(Stored items)
----

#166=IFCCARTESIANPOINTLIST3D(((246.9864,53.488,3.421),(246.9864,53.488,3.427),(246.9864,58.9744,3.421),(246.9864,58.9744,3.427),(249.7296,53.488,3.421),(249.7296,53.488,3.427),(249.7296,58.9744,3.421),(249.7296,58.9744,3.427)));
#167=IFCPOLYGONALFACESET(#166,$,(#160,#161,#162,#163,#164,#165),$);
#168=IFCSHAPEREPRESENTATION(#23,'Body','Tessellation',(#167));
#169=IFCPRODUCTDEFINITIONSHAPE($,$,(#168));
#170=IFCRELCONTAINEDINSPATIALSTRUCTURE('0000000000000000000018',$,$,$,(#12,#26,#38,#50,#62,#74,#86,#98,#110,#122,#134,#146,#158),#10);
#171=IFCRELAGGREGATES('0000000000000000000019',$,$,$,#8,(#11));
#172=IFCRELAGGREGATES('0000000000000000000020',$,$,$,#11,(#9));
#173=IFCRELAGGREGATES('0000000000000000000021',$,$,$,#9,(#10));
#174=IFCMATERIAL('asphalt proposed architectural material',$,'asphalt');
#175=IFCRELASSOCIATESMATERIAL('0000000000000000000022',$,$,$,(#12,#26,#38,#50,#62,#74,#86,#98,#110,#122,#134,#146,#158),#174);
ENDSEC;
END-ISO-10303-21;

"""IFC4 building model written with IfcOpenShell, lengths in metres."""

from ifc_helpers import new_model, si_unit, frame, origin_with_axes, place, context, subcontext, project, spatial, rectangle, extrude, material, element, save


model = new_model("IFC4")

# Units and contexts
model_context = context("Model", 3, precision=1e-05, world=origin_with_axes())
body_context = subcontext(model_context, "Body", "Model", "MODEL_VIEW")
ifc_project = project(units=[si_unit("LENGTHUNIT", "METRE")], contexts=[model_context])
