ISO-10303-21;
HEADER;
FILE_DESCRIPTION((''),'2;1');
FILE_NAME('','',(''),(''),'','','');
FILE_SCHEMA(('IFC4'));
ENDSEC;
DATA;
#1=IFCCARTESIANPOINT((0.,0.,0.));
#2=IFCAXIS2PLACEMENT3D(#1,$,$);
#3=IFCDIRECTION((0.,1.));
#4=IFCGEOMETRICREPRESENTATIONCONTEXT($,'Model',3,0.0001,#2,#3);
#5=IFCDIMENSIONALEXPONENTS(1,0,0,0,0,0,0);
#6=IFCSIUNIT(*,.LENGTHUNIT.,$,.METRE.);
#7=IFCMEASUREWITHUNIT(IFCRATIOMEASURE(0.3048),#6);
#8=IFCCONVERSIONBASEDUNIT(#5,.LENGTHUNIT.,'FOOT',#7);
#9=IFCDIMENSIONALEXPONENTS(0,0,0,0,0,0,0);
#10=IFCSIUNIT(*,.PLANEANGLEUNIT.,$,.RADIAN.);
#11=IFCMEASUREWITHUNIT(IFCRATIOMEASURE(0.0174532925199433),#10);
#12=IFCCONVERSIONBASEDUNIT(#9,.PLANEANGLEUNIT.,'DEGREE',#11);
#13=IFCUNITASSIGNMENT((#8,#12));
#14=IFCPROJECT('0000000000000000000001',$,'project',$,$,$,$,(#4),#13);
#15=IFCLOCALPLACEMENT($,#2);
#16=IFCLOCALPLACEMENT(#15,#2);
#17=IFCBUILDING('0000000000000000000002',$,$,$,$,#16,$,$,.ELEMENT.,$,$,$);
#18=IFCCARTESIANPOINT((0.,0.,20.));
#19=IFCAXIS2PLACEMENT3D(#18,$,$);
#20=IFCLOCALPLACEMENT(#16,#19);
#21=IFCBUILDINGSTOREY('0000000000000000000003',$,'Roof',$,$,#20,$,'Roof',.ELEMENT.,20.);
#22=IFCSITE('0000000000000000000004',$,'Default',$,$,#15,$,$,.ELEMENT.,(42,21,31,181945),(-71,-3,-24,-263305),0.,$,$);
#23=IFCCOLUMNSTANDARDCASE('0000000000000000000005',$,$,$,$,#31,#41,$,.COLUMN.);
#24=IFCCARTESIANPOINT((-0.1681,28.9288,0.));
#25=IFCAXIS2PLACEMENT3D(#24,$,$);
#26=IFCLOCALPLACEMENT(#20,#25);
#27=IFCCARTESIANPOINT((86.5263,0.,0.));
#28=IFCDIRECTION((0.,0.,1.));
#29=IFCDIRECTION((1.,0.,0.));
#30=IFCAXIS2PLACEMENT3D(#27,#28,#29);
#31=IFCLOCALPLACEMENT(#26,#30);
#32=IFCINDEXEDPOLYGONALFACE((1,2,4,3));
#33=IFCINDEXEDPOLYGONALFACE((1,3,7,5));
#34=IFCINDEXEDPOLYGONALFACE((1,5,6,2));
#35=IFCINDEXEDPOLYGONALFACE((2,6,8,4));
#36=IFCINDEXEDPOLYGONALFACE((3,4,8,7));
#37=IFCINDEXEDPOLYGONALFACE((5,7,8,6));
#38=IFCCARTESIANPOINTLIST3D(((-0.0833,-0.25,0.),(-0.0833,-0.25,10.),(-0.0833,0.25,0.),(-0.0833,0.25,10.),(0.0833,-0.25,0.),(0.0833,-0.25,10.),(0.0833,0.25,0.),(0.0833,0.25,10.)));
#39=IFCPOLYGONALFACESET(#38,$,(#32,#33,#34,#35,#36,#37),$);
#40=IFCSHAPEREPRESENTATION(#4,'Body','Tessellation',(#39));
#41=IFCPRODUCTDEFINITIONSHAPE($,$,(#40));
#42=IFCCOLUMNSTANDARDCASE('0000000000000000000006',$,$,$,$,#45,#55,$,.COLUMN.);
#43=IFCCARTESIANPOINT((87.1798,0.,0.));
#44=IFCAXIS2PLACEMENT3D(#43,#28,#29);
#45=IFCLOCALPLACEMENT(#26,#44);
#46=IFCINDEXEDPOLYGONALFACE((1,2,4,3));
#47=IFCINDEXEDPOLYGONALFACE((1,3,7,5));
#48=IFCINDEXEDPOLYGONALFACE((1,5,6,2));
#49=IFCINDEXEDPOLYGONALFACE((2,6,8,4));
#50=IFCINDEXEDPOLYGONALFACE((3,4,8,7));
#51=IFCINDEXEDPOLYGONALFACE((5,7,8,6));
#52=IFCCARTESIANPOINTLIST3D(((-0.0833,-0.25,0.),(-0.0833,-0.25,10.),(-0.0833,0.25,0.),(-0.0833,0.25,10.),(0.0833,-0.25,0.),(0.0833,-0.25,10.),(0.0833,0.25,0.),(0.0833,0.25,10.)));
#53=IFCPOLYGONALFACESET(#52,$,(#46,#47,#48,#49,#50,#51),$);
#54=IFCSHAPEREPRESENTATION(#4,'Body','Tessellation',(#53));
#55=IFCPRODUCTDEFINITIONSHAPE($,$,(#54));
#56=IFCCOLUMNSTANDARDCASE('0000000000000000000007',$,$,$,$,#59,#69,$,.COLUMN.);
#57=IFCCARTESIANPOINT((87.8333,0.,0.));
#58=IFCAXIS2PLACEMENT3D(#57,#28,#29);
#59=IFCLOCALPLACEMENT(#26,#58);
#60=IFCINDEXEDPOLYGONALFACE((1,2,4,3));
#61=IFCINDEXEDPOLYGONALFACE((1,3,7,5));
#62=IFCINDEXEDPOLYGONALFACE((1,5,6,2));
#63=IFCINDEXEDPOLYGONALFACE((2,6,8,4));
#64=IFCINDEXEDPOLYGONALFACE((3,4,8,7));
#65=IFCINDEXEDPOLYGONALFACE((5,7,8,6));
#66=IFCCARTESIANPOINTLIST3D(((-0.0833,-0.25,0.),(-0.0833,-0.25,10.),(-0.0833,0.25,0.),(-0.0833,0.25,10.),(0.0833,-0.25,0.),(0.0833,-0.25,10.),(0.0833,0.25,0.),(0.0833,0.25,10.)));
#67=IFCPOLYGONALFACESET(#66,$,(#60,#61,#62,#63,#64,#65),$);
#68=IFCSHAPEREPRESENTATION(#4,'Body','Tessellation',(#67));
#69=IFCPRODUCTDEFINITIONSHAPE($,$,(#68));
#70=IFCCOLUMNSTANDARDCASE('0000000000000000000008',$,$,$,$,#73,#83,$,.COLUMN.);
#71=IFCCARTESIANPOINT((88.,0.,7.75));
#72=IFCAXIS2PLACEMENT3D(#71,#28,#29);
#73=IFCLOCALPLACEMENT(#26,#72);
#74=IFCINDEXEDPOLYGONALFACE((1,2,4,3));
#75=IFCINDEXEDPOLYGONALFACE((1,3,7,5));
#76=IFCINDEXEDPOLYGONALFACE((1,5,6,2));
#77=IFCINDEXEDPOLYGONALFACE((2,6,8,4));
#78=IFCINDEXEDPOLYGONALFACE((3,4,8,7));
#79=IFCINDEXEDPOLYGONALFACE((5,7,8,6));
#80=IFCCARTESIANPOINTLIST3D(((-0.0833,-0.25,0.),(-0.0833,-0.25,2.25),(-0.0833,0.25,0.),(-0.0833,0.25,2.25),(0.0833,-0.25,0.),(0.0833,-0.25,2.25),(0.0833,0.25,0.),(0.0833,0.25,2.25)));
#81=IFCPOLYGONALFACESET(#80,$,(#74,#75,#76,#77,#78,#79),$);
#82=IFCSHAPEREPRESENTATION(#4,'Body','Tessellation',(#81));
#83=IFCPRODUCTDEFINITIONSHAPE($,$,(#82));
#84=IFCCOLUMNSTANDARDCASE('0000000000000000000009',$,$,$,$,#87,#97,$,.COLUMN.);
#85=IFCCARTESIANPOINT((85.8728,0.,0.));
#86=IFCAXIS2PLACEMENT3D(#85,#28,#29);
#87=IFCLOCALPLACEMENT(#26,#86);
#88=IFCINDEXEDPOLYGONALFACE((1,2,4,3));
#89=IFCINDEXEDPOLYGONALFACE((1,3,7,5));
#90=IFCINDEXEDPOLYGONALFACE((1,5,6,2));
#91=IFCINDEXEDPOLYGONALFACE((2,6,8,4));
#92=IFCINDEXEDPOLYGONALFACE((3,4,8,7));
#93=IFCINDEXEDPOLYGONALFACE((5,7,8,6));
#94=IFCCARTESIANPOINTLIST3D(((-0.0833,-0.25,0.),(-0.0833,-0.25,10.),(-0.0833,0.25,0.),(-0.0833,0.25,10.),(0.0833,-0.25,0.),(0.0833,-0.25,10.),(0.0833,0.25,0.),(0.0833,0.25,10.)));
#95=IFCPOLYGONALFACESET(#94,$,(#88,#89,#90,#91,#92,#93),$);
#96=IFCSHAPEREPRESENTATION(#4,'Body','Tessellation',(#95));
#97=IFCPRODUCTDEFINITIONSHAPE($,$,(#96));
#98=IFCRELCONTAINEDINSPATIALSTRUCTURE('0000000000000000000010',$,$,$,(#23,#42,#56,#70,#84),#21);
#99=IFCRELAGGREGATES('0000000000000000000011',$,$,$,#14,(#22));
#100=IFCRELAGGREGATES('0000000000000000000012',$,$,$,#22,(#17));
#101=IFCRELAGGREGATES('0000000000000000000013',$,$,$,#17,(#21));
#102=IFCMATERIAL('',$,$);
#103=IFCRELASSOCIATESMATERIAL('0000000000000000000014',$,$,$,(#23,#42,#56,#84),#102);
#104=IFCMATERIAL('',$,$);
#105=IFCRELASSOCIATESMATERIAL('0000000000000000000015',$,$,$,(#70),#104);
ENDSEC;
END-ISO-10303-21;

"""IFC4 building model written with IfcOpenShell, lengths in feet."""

from ifc_helpers import new_model, entity, si_unit, converted_unit, direction, frame, origin, place, context, project, spatial, rectangle, extrude, material, element, save


model = new_model("IFC4")

# Units and contexts
model_context = context("Model", 3, precision=0.0001, world=origin(), true_north=direction((0.0, 1.0)))
ifc_project = project(units=[converted_unit("LENGTHUNIT", "FOOT", entity("IfcRatioMeasure", 0.3048), si_unit("LENGTHUNIT", "METRE"), dimensions=[1, 0, 0, 0, 0, 0, 0]), converted_unit("PLANEANGLEUNIT", "DEGREE", entity("IfcRatioMeasure", 0.0174532925199433), si_unit("PLANEANGLEUNIT", "RADIAN"), dimensions=[0, 0, 0, 0, 0, 0, 0])], contexts=[model_context])

# Site, building, storey
site_placement = place(None, origin())
site = spatial("IfcSite", under=ifc_project, at=site_placement, Name="Default", CompositionType="ELEMENT", RefLatitude=(42, 21, 31, 181945), RefLongitude=(-71, -3, -24, -263305), RefElevation=0.0)
building_placement = place(site_placement, origin())
building = spatial("IfcBuilding", under=site, at=building_placement, CompositionType="ELEMENT")
storey_placement = place(building_placement, frame((0.0, 0.0, 20.0)))
storey = spatial("IfcBuildingStorey", under=building, at=storey_placement, Name="Roof", LongName="Roof", CompositionType="ELEMENT", Elevation=20.0)

# Columns
ifc_material_1 = material(Name="")
placement = place(storey_placement, frame((-0.1681, 28.9288, 0.0)))
for number, where, z_axis, x_axis in (
    (1, (86.5263, 0.0, 0.0), (0.0, 0.0, 1.0), (1.0, 0.0, 0.0)),
    (2, (87.1798, 0.0, 0.0), (0.0, 0.0, 1.0), (1.0, 0.0, 0.0)),
    (3, (87.8333, 0.0, 0.0), (0.0, 0.0, 1.0), (1.0, 0.0, 0.0)),
):
    element("IfcColumnStandardCase", number, at=place(placement, frame(where, z_axis=z_axis, x_axis=x_axis)), inside=storey, material=ifc_material_1, PredefinedType="COLUMN", context=model_context, shape_type="SweptSolid", body=[
        extrude(rectangle(XDim=0.1667, YDim=0.5), origin(), (0.0, 0.0, 1.0), 10.0),
    ])
ifc_material_2 = material(Name="")
for number, where, z_axis, x_axis in (
    (4, (88.0, 0.0, 7.75), (0.0, 0.0, 1.0), (1.0, 0.0, 0.0)),
):
    element("IfcColumnStandardCase", number, at=place(placement, frame(where, z_axis=z_axis, x_axis=x_axis)), inside=storey, material=ifc_material_2, PredefinedType="COLUMN", context=model_context, shape_type="SweptSolid", body=[
        extrude(rectangle(XDim=0.1667, YDim=0.5), origin(), (0.0, 0.0, 1.0), 2.25),
    ])
for number, where, z_axis, x_axis in (
    (5, (85.8728, 0.0, 0.0), (0.0, 0.0, 1.0), (1.0, 0.0, 0.0)),
):
    element("IfcColumnStandardCase", number, at=place(placement, frame(where, z_axis=z_axis, x_axis=x_axis)), inside=storey, material=ifc_material_1, PredefinedType="COLUMN", context=model_context, shape_type="SweptSolid", body=[
        extrude(rectangle(XDim=0.1667, YDim=0.5), origin(), (0.0, 0.0, 1.0), 10.0),
    ])

save(model, "model.ifc")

----

### What you have to do
Please return only the lines above, starting at the line that has "FILE_SCHEMA(('IFC4'));" and ending at the line that has "#8=IFCCONVERSIONBASEDUNIT(#5,.LENGTHUNIT.,'FOOT',#7);", keeping both and leaving each one unchanged.

### Exercise response
FILE_SCHEMA(('IFC4'));
ENDSEC;
DATA;
#1=IFCCARTESIANPOINT((0.,0.,0.));
#2=IFCAXIS2PLACEMENT3D(#1,$,$);
#3=IFCDIRECTION((0.,1.));
#4=IFCGEOMETRICREPRESENTATIONCONTEXT($,'Model',3,0.0001,#2,#3);
#5=IFCDIMENSIONALEXPONENTS(1,0,0,0,0,0,0);
#6=IFCSIUNIT(*,.LENGTHUNIT.,$,.METRE.);
#7=IFCMEASUREWITHUNIT(IFCRATIOMEASURE(0.3048),#6);
#8=IFCCONVERSIONBASEDUNIT(#5,.LENGTHUNIT.,'FOOT',#7);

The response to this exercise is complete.